Zudem würde _(worauf ich die ganze Zeit hinaus wollte verdammt!^^)_ die Strahlung immens in die Höhe schnellen, umso größer das Kraftwerk wird und man bedenke, das bei über 260 Millisievert Dauerbelastung bereits der Hirntod eintreten kann bzw. es dann eh zu spät sein kann. Aber laut diverser Seiten ist 250 Millisievert, DER WERT den man im gesamten, kurze Zeit ausgesetzt NUR EINMAL IM LEBEN abbekommen darf, da man ansonsten keine Chance mehr auf Heilung hat, was bedeutet, wenn dein Körper grün strahlt, dürfte es zu spät sein (mit viel Glück stehst du nur ungünstig vor ner Lava-Lampe^^).

Aber Spaß beiseite, ich habe mehrere Tabellen gefunden, in der aufgelistet sind, was wie viel Strahlung abgibt und wenn man das jetzt in Relation mit der nötigen Größe des Kraftwerks setzt, um eine Stadt DAUERHAFT mit Strom zu versorgen, wäre allerhöchstens eine Fernwartug des Kraftwerks möglich, da Menschen dort nicht agieren könnten und dürften. Sicher wird es dafür eine Lösung geben, aber das wird noch Jahre/Jahrzehnte dauern, bis das spruchreif ist.

Der Anfang ist aber _(wenn es denn wirklich wahr ist und der Typ nicht nur mit ner Wasserkühlung rumgespielt hat und die Werte gefaked hat *fg*) _ein wirklich großer Schritt für unsere Energieversorgung, zumindest ein Schritt in die richtige Richtung...

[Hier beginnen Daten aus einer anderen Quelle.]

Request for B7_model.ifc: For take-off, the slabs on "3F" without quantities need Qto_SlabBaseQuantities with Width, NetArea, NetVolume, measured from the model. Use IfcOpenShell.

First a look at what the model holds.

```python
import ifcopenshell
import ifcopenshell.util.element
import ifcopenshell.util.unit

model = ifcopenshell.open("B7_model.ifc")
print(model.schema)
for unit_type in ("LENGTHUNIT", "AREAUNIT", "VOLUMEUNIT"):
    print(unit_type, ifcopenshell.util.unit.calculate_unit_scale(model, unit_type))
storey = next(s for s in model.by_type("IfcBuildingStorey") if s.Name == "3F")
slabs = [e for e in ifcopenshell.util.element.get_decomposition(storey) if e.is_a("IfcSlab")]
for e in sorted(slabs, key=lambda e: e.id()):
    print(e.id(), e.is_a(), e.Name, list(ifcopenshell.util.element.get_psets(e, qtos_only=True)), sep=" | ")
```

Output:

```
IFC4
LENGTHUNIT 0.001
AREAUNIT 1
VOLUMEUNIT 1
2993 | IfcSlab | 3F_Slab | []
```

```python
import ifcopenshell
import ifcopenshell.api.pset
import ifcopenshell.geom
import ifcopenshell.util.element
import ifcopenshell.util.shape
import ifcopenshell.util.unit

model = ifcopenshell.open("B7_model.ifc")
unit_scale = ifcopenshell.util.unit.calculate_unit_scale(model)
area_scale = ifcopenshell.util.unit.calculate_unit_scale(model, "AREAUNIT")
volume_scale = ifcopenshell.util.unit.calculate_unit_scale(model, "VOLUMEUNIT")
settings = ifcopenshell.geom.settings()

storey = next(s for s in model.by_type("IfcBuildingStorey") if s.Name == "3F")
slabs = [e for e in ifcopenshell.util.element.get_decomposition(storey) if e.is_a("IfcSlab")]

for e in sorted(slabs, key=lambda e: e.id()):
    if ifcopenshell.util.element.get_psets(e, qtos_only=True, should_inherit=False):
        continue
    # Geometry comes back in metres, in the element's own axes.
    shape = ifcopenshell.geom.create_shape(settings, e)
    values = {
        "Width": ifcopenshell.util.shape.get_z(shape.geometry) / unit_scale,
        "NetArea": ifcopenshell.util.shape.get_footprint_area(shape.geometry) / area_scale,
        "NetVolume": ifcopenshell.util.shape.get_volume(shape.geometry) / volume_scale,
    }
    qto = ifcopenshell.api.pset.add_qto(model, product=e, name="Qto_SlabBaseQuantities")
    ifcopenshell.api.pset.edit_qto(model, qto=qto, properties=values)
    print(e.id(), {k: round(v, 3) for k, v in values.items()})

model.write("B7_model_updated.ifc")
```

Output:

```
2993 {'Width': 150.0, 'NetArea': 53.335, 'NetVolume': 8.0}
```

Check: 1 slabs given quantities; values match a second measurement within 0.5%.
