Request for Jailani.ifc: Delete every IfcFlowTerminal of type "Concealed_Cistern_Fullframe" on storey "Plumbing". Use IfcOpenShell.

First a look at what the model holds.

```python
import ifcopenshell
import ifcopenshell.util.element

model = ifcopenshell.open("Jailani.ifc")
print(model.schema)
storey = next(s for s in model.by_type("IfcBuildingStorey") if s.Name == "Plumbing")
terminals = [e for e in ifcopenshell.util.element.get_decomposition(storey) if e.is_a("IfcFlowTerminal")]
seen = {}
for e in terminals:
    element_type = ifcopenshell.util.element.get_type(e)
    name = element_type.Name if element_type not in (None, e) else None
    seen[name] = seen.get(name, 0) + 1
for name, count in sorted(seen.items(), key=str):
    print(count, "x", name)
```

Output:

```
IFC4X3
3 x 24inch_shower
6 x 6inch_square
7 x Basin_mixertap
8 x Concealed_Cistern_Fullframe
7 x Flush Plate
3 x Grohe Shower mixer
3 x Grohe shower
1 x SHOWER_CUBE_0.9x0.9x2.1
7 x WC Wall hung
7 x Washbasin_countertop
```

```python
import ifcopenshell
import ifcopenshell.api.root
import ifcopenshell.util.element

model = ifcopenshell.open("Jailani.ifc")

storey = next(s for s in model.by_type("IfcBuildingStorey") if s.Name == "Plumbing")
terminals = [e for e in ifcopenshell.util.element.get_decomposition(storey) if e.is_a("IfcFlowTerminal")]
targets = [e for e in terminals if (t := ifcopenshell.util.element.get_type(e)) not in (None, e) and t.Name == "Concealed_Cistern_Fullframe"]

for e in targets:
    ifcopenshell.api.root.remove_product(model, product=e)
print(len(targets), "removed")

model.write("Jailani_updated.ifc")
```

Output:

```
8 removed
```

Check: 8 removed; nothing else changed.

Denn die Atomenergie hat zwar die Menschheit sehr viel weiter nach vorne gebracht, als es vorher möglich war, aber wir verpesten mit den noch ca. 100.000 Jahren aktiven Brennstäben immer noch die Umwelt und logischerweise gibt es auf der Welt kein ENDlager, sondern nur ZWISCHENlager, denn die Erde ist durch klimatische und andere äussere Einflüsse einfach zu unberechenbar, als das es irgendeinen Ort geben würde, der sich 100.000 Jahre nicht verändert und DAUERHAFT einen Ort zum endgültigen lagern der Brennstäbe auf der Erde gäbe, um diese sich in Sicherheit die nächsten 1000.000 Jahre "entladen" zu lassen, OHNE das diese Strahlung, die noch davon ausgeht jemals den Menschen erreicht, doch das ist schlicht und einfach nicht möglich, was heisst, wenn es funktioniert, dann "normale" Atomkraftwerke abschalten, mit Fusionskraftwerken ersetzen und die verbleibenden Brennstäbe auf den Mond schiessen = Win! \o/.

Natürlich ist mir klar das es an der Methode nix ändert, aber dadurch das die sogenannten Brennstäbe nicht den Temperaturen wie sonst von oben 800° und unten ca. 3500° Grad ausgesetzt sind, würden diese auf Dauer gesehen wesentlich weniger Strahlung erzeugen, als gewöhnliche Brennstäbe, die momentan im Einsatz sind.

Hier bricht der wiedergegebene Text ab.